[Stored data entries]
+++++
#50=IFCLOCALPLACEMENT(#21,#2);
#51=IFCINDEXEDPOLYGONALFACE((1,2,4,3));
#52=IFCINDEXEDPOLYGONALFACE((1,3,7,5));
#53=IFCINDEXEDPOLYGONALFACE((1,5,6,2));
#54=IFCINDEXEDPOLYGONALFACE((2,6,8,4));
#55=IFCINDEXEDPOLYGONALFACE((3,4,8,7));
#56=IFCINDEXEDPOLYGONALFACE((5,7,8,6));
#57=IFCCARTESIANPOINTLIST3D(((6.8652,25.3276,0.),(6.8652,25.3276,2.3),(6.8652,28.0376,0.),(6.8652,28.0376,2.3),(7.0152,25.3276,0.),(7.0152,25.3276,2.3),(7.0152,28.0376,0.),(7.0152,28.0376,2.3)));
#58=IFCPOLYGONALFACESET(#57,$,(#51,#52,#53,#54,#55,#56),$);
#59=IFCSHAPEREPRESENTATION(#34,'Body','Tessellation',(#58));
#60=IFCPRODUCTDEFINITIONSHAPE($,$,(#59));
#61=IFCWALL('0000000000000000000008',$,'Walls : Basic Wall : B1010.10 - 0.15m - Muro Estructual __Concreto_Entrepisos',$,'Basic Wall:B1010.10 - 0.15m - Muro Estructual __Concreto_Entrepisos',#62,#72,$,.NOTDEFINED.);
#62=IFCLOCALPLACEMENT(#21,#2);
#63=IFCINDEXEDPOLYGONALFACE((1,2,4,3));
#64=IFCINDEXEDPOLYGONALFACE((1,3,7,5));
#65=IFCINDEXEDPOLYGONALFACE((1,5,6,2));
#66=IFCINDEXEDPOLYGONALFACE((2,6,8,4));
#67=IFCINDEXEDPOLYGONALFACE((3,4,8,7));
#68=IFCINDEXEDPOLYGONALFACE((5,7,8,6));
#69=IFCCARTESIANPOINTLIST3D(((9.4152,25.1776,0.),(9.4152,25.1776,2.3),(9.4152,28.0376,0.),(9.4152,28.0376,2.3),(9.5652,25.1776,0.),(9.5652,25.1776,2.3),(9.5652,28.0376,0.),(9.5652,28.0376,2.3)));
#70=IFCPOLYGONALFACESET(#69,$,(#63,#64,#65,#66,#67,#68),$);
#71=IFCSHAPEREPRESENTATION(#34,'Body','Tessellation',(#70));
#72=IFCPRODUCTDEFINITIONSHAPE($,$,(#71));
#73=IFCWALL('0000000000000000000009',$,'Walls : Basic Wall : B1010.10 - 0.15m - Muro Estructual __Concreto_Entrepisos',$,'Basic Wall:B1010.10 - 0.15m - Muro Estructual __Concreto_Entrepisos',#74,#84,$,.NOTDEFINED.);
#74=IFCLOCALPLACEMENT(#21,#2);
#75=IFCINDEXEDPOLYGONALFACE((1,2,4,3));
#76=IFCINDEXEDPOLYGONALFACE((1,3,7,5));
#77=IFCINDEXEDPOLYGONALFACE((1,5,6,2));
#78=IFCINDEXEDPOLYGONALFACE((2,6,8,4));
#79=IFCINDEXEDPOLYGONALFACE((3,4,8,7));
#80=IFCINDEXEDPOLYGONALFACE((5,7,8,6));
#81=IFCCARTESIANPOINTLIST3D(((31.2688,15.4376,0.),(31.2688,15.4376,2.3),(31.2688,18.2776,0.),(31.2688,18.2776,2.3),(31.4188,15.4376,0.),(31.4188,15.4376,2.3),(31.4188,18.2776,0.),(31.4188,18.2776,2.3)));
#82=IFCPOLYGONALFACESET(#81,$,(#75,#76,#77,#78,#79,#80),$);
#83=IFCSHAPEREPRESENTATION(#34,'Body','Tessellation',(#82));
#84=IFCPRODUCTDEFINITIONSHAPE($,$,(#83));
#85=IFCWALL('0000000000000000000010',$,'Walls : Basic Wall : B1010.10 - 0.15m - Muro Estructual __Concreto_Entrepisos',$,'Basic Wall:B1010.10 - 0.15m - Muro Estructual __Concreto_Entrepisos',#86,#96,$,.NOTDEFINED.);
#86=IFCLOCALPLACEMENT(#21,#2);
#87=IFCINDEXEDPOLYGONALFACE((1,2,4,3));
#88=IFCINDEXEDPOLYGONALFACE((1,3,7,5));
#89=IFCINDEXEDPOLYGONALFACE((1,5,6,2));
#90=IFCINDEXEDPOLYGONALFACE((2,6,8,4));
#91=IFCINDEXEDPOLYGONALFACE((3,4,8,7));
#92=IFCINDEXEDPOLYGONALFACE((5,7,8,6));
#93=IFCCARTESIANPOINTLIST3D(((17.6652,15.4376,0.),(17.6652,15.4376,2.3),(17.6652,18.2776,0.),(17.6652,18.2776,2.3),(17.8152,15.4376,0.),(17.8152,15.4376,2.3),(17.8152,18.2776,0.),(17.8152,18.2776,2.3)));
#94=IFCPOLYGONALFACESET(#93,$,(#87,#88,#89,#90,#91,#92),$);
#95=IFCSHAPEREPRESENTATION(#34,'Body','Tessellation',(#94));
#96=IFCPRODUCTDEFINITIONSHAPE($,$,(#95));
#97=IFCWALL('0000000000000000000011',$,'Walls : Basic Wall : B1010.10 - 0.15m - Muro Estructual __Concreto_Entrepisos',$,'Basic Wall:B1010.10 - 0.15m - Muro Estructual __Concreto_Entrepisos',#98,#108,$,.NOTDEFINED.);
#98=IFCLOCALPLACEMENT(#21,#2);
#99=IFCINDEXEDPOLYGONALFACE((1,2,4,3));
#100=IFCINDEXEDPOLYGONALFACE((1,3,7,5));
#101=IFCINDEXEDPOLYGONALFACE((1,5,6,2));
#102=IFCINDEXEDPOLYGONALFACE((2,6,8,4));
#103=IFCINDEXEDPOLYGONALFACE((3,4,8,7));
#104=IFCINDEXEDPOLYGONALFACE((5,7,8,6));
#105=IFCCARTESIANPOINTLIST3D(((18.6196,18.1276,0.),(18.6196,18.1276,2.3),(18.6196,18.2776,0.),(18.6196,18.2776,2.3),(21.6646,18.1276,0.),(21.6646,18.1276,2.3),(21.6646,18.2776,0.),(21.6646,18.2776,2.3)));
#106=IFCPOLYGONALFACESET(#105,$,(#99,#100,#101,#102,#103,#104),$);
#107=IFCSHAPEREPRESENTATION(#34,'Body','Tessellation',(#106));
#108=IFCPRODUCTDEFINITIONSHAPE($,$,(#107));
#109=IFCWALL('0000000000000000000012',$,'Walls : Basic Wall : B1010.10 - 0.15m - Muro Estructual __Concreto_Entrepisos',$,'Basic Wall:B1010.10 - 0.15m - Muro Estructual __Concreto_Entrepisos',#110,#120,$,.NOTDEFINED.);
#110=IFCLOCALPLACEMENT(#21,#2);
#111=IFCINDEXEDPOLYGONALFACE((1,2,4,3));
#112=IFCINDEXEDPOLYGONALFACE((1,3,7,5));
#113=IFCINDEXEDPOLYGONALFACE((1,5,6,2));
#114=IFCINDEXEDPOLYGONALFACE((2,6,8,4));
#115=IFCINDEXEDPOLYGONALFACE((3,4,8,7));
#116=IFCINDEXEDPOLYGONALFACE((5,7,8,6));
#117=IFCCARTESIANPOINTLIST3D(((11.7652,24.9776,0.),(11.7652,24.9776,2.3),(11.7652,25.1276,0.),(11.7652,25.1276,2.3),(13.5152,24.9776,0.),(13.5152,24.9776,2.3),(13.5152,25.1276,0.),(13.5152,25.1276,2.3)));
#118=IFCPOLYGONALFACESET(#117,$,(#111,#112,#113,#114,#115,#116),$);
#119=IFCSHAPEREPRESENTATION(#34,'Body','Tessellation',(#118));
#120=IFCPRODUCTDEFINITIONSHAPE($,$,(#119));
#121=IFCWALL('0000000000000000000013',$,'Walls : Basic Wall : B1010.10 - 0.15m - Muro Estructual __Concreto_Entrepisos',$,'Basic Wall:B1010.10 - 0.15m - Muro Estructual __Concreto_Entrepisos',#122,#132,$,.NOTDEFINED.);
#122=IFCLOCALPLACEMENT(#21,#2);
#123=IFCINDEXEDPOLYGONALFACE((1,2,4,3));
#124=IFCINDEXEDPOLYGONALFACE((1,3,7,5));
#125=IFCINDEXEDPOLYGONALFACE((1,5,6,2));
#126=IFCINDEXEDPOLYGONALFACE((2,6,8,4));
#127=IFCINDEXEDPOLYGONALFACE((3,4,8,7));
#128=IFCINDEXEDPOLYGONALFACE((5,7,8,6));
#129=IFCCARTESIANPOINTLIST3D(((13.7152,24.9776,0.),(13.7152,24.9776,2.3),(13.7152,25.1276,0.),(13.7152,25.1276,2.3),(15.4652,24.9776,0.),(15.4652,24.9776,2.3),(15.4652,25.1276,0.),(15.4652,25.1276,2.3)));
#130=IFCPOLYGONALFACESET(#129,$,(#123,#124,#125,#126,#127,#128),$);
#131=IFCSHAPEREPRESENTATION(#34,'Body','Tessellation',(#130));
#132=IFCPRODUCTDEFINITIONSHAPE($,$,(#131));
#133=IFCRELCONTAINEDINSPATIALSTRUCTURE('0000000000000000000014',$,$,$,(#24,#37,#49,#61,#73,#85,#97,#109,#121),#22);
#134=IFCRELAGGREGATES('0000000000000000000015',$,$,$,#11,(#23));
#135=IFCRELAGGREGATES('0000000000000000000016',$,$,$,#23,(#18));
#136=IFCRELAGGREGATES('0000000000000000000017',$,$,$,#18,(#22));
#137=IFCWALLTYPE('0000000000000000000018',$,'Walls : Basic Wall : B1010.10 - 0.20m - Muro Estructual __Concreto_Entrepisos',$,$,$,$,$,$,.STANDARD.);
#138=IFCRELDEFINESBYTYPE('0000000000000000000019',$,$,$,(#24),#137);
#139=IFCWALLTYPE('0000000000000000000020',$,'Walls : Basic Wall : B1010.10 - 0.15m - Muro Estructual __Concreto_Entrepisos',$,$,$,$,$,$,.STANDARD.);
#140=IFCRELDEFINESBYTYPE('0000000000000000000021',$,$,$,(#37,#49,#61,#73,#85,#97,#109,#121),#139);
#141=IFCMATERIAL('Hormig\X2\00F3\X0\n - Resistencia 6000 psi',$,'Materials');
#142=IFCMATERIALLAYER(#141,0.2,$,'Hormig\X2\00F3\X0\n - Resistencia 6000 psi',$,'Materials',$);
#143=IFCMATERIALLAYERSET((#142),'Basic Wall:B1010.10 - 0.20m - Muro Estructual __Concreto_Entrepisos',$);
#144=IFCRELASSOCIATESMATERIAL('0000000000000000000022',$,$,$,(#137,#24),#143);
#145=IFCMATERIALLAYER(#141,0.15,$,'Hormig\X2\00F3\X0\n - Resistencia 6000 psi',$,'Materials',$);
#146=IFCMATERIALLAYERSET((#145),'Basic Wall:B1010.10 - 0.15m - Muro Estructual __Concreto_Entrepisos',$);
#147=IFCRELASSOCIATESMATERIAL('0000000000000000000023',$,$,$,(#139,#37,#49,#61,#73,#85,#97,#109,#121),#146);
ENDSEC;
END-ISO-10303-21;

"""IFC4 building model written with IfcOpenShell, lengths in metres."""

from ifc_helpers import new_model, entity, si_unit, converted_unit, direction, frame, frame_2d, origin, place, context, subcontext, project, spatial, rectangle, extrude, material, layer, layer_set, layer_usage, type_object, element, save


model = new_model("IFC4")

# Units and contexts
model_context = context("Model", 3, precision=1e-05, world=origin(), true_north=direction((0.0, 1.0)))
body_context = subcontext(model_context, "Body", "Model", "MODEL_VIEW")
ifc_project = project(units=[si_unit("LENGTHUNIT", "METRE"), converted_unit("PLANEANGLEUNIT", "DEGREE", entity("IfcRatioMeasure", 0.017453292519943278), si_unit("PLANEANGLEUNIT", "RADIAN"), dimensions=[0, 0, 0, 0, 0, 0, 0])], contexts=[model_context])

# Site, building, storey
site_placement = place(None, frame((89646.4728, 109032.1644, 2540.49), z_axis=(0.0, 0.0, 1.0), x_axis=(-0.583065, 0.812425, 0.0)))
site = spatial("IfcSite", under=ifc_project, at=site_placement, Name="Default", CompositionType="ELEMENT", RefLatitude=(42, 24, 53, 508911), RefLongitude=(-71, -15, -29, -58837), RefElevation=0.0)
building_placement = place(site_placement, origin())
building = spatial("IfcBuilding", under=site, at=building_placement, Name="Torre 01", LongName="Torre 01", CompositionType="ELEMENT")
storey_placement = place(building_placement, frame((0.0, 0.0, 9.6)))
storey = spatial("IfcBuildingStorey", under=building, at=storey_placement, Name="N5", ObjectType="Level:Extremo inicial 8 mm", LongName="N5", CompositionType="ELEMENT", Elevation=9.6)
+++++
◆ Your assignment
In the entries above, tally the lines that hold the string "IFCWALLTYPE" and give only the count.

◆ Solution for this task
2